> **TASK PROMPT**: Search the listing below for the word "IFCLOCALPLACEMENT" and return each line that contains it.

> **INFORMATION PROVIDED**:
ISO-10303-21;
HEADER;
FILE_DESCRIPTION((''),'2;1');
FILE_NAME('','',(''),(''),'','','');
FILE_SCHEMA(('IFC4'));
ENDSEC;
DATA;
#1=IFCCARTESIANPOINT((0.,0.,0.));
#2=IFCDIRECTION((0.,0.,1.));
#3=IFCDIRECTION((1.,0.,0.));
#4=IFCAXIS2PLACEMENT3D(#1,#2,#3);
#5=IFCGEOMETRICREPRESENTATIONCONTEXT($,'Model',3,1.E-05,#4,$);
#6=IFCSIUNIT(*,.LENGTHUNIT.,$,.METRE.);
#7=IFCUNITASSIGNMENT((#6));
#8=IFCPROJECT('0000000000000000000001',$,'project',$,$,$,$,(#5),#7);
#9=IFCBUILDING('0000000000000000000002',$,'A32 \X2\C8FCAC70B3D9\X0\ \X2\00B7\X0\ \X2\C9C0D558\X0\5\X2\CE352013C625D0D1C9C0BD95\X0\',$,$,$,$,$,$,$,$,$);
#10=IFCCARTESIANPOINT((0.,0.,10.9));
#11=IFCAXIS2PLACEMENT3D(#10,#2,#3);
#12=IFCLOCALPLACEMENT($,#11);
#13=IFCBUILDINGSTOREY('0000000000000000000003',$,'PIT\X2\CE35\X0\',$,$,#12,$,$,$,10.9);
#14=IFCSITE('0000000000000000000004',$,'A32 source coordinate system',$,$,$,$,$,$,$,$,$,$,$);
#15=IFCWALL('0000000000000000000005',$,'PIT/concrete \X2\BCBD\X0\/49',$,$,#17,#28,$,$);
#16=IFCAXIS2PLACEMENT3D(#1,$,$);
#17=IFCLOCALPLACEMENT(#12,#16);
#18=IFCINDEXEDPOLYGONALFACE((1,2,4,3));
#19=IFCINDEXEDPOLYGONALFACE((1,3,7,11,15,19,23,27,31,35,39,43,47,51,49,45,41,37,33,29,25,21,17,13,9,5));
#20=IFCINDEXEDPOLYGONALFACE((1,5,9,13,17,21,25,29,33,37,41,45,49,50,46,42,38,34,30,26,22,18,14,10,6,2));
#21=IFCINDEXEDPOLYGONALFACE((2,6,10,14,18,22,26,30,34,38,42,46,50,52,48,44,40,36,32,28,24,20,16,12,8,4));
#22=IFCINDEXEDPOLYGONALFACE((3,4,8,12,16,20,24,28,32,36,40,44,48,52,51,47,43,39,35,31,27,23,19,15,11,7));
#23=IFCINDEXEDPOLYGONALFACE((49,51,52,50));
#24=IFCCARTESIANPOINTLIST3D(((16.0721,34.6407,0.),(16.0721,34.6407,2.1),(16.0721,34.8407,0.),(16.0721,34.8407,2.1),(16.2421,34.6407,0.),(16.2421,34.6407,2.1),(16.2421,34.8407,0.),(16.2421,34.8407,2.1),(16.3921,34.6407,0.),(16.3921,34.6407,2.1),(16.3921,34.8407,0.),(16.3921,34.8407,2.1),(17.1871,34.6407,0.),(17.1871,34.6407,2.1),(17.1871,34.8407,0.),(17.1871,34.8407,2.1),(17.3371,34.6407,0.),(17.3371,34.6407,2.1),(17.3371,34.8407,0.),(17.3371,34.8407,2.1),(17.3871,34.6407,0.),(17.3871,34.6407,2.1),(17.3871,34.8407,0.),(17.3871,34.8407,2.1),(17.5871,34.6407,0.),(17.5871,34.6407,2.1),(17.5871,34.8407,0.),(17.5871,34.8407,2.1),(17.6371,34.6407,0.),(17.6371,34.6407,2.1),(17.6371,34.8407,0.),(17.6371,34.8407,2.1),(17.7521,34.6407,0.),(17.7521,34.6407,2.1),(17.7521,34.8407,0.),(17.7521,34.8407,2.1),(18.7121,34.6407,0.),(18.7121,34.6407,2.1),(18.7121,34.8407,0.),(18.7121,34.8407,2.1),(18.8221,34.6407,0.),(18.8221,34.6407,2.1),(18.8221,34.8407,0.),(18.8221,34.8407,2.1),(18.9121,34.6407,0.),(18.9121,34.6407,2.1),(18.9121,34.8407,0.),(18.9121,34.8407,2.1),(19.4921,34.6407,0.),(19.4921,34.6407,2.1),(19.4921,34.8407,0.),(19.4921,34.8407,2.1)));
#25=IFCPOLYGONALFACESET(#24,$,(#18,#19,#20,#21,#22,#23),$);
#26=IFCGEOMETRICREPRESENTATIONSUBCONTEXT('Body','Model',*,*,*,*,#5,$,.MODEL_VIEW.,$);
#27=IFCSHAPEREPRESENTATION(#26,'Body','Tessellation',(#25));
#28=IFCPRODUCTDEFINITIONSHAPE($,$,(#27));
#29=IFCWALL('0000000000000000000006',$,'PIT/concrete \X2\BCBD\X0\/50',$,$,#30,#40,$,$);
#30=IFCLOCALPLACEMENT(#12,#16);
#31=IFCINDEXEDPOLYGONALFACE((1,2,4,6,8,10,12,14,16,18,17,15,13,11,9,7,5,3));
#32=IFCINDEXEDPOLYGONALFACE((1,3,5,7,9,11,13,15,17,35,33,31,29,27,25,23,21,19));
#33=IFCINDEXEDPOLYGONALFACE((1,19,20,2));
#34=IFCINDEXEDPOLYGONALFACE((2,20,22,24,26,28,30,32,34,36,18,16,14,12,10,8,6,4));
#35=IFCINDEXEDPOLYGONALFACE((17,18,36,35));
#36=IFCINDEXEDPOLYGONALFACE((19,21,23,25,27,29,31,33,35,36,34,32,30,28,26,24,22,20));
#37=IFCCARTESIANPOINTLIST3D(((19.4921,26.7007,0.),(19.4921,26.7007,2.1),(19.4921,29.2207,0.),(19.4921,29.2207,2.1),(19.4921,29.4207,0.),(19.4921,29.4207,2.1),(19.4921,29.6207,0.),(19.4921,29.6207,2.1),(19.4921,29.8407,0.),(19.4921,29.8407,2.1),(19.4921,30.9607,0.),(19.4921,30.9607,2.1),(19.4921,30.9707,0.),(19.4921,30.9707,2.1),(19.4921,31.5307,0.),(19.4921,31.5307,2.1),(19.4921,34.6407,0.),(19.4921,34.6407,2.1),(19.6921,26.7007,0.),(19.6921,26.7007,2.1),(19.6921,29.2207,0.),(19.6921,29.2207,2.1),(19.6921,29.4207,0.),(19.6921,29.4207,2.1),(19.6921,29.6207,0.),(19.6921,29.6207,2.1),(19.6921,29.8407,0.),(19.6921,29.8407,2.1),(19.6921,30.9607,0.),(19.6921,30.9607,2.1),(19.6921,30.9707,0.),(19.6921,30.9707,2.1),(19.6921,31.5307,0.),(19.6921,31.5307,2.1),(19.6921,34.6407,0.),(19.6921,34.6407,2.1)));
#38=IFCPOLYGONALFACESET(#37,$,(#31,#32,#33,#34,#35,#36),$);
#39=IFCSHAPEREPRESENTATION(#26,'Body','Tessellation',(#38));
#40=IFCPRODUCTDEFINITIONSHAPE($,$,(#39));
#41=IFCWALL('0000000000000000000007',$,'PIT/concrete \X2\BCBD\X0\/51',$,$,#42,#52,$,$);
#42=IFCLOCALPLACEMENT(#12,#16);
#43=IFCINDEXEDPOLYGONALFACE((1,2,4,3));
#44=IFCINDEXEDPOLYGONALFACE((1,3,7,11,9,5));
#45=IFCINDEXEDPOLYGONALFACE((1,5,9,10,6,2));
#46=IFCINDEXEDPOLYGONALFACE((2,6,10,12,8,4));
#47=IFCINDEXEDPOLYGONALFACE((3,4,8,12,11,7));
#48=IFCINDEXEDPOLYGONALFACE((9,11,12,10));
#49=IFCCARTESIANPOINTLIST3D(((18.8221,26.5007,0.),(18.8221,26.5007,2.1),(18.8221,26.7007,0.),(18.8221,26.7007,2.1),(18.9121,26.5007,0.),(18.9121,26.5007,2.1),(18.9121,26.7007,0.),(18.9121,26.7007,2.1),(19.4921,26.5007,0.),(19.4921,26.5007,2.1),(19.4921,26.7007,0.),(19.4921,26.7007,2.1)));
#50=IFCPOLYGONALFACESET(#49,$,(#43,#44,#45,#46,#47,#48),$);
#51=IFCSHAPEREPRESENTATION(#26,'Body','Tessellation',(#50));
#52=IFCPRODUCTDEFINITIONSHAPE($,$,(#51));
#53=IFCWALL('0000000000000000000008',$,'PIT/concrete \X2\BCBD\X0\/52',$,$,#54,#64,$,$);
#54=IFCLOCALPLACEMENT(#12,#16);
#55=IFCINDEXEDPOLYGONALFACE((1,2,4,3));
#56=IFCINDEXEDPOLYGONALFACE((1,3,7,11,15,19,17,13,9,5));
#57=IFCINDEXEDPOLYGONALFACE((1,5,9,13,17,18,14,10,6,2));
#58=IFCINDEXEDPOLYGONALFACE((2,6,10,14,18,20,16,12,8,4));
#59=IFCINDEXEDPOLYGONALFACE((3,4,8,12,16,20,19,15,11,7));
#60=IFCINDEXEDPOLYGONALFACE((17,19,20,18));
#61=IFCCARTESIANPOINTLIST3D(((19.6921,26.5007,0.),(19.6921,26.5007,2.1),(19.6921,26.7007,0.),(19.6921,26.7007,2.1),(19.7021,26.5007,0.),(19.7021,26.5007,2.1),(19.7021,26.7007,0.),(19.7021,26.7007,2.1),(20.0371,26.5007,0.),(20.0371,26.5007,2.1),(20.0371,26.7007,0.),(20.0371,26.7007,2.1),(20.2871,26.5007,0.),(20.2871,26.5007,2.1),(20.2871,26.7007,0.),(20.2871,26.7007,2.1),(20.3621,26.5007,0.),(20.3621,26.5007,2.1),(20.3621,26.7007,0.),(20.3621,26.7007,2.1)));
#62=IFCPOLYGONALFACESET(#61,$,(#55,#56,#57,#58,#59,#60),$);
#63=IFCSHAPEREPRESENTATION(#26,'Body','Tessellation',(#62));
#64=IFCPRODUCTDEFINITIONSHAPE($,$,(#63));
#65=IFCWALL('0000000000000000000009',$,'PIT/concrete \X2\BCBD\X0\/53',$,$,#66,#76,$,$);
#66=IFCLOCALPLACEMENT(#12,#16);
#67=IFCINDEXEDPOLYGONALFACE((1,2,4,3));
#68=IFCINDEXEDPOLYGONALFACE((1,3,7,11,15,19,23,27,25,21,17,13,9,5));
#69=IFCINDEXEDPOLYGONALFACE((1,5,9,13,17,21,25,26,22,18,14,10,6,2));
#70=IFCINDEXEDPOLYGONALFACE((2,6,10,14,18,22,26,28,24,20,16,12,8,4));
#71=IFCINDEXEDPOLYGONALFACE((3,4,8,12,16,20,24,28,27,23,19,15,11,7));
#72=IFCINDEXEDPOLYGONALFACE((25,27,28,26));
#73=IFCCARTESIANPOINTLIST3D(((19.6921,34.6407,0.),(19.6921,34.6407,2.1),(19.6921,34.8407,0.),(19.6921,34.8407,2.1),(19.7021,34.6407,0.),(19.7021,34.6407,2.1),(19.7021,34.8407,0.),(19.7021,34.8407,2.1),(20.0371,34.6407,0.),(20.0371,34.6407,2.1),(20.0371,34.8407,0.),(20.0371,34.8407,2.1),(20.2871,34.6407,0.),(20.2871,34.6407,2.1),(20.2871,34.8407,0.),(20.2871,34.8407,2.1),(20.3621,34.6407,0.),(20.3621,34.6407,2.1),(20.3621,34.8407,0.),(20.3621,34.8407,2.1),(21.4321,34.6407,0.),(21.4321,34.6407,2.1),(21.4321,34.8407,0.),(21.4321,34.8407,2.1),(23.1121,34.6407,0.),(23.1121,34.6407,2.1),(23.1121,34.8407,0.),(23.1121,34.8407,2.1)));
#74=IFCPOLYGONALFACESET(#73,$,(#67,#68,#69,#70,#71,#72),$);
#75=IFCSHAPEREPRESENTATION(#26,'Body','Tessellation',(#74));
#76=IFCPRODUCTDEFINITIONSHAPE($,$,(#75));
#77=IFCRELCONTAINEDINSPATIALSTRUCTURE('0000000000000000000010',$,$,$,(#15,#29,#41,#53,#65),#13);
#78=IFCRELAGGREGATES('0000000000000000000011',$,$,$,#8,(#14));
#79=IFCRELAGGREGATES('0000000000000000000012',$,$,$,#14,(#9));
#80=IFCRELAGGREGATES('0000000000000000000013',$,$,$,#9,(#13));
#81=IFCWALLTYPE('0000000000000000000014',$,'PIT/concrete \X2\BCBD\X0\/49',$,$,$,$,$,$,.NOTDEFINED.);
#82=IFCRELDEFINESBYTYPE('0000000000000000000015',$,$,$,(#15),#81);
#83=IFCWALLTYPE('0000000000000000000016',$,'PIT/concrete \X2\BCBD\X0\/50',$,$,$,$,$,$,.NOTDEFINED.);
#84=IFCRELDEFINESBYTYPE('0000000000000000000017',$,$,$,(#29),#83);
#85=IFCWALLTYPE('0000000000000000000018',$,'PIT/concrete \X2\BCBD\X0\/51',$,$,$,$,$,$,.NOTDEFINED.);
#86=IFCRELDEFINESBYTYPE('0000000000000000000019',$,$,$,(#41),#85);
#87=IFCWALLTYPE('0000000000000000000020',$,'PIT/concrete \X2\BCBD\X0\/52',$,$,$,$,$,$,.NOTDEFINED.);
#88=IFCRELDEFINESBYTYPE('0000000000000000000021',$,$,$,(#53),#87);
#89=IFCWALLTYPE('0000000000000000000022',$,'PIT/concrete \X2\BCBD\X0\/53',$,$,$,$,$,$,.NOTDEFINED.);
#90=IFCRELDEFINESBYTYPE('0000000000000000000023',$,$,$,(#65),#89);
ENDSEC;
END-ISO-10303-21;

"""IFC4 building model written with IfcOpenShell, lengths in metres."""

from ifc_helpers import new_model, si_unit, frame, origin, origin_with_axes, place, context, subcontext, project, spatial, polyline, outline, extrude, source, transform, mapped, type_object, type_shapes, element, save


model = new_model("IFC4")

# Units and contexts
model_context = context("Model", 3, precision=1e-05, world=origin_with_axes())
body_context = subcontext(model_context, "Body", "Model", "MODEL_VIEW")
ifc_project = project(units=[si_unit("LENGTHUNIT", "METRE")], contexts=[model_context])

# Site, building, storey
site = spatial("IfcSite", under=ifc_project, Name="A32 source coordinate system")
building = spatial("IfcBuilding", under=site, Name="A32 주거동 · 지하5층–옥탑지붕")
storey_placement = place(None, frame((0.0, 0.0, 10.9), z_axis=(0.0, 0.0, 1.0), x_axis=(1.0, 0.0, 0.0)))
storey = spatial("IfcBuildingStorey", under=building, at=storey_placement, Name="PIT층", Elevation=10.9)

# Walls
wall_type_1 = type_object("IfcWallType", Name="PIT/concrete 벽/49", PredefinedType="NOTDEFINED")
shared_shape_1 = source(origin(), body_context, "Body", "SweptSolid", [
    extrude(outline(polyline([(16.3921, 34.8407), (17.1871, 34.8407), (17.3371, 34.8407), (17.3871, 34.8407), (17.5871, 34.8407), (17.6371, 34.8407), (17.7521, 34.8407), (18.7121, 34.8407), (18.8221, 34.8407), (18.9121, 34.8407), (19.4921, 34.8407), (19.4921, 34.6407), (18.9121, 34.6407), (18.8221, 34.6407), (18.7121, 34.6407), (17.7521, 34.6407), (17.6371, 34.6407), (17.5871, 34.6407), (17.3871, 34.6407), (17.3371, 34.6407), (17.1871, 34.6407), (16.3921, 34.6407), (16.2421, 34.6407), (16.0721, 34.6407), (16.0721, 34.8407), (16.2421, 34.8407), (16.3921, 34.8407)])), origin(), (0.0, 0.0, 1.0), 2.1),
])
type_shapes(wall_type_1, [shared_shape_1])
wall_1_placement = place(storey_placement, origin_with_axes())
element("IfcWall", 1, at=wall_1_placement, inside=storey, type_object=wall_type_1, Name="PIT/concrete 벽/49", context=body_context, shape_type="MappedRepresentation", body=[
    mapped(shared_shape_1, transform((0.0, 0.0, 0.0), scale=1.0)),
])
wall_type_2 = type_object("IfcWallType", Name="PIT/concrete 벽/50", PredefinedType="NOTDEFINED")
shared_shape_2 = source(origin(), body_context, "Body", "SweptSolid", [
    extrude(outline(polyline([(19.6921, 30.9707), (19.6921, 30.9607), (19.6921, 29.8407), (19.6921, 29.6207), (19.6921, 29.4207), (19.6921, 29.2207), (19.6921, 26.7007), (19.4921, 26.7007), (19.4921, 29.2207), (19.4921, 29.4207), (19.4921, 29.6207), (19.4921, 29.8407), (19.4921, 30.9607), (19.4921, 30.9707), (19.4921, 31.5307), (19.4921, 34.6407), (19.6921, 34.6407), (19.6921, 31.5307), (19.6921, 30.9707)])), origin(), (0.0, 0.0, 1.0), 2.1),
])
type_shapes(wall_type_2, [shared_shape_2])
wall_2_placement = place(storey_placement, origin_with_axes())
element("IfcWall", 2, at=wall_2_placement, inside=storey, type_object=wall_type_2, Name="PIT/concrete 벽/50", context=body_context, shape_type="MappedRepresentation", body=[
    mapped(shared_shape_2, transform((0.0, 0.0, 0.0), scale=1.0)),
])
wall_type_3 = type_object("IfcWallType", Name="PIT/concrete 벽/51", PredefinedType="NOTDEFINED")
shared_shape_3 = source(origin(), body_context, "Body", "SweptSolid", [
    extrude(outline(polyline([(18.8221, 26.5007), (18.8221, 26.7007), (18.9121, 26.7007), (19.4921, 26.7007), (19.4921, 26.5007), (18.9121, 26.5007), (18.8221, 26.5007)])), origin(), (0.0, 0.0, 1.0), 2.1),
])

> **SOLUTION FOR THIS PROBLEM**:
#12=IFCLOCALPLACEMENT($,#11);
#17=IFCLOCALPLACEMENT(#12,#16);
#30=IFCLOCALPLACEMENT(#12,#16);
#42=IFCLOCALPLACEMENT(#12,#16);
#54=IFCLOCALPLACEMENT(#12,#16);
#66=IFCLOCALPLACEMENT(#12,#16);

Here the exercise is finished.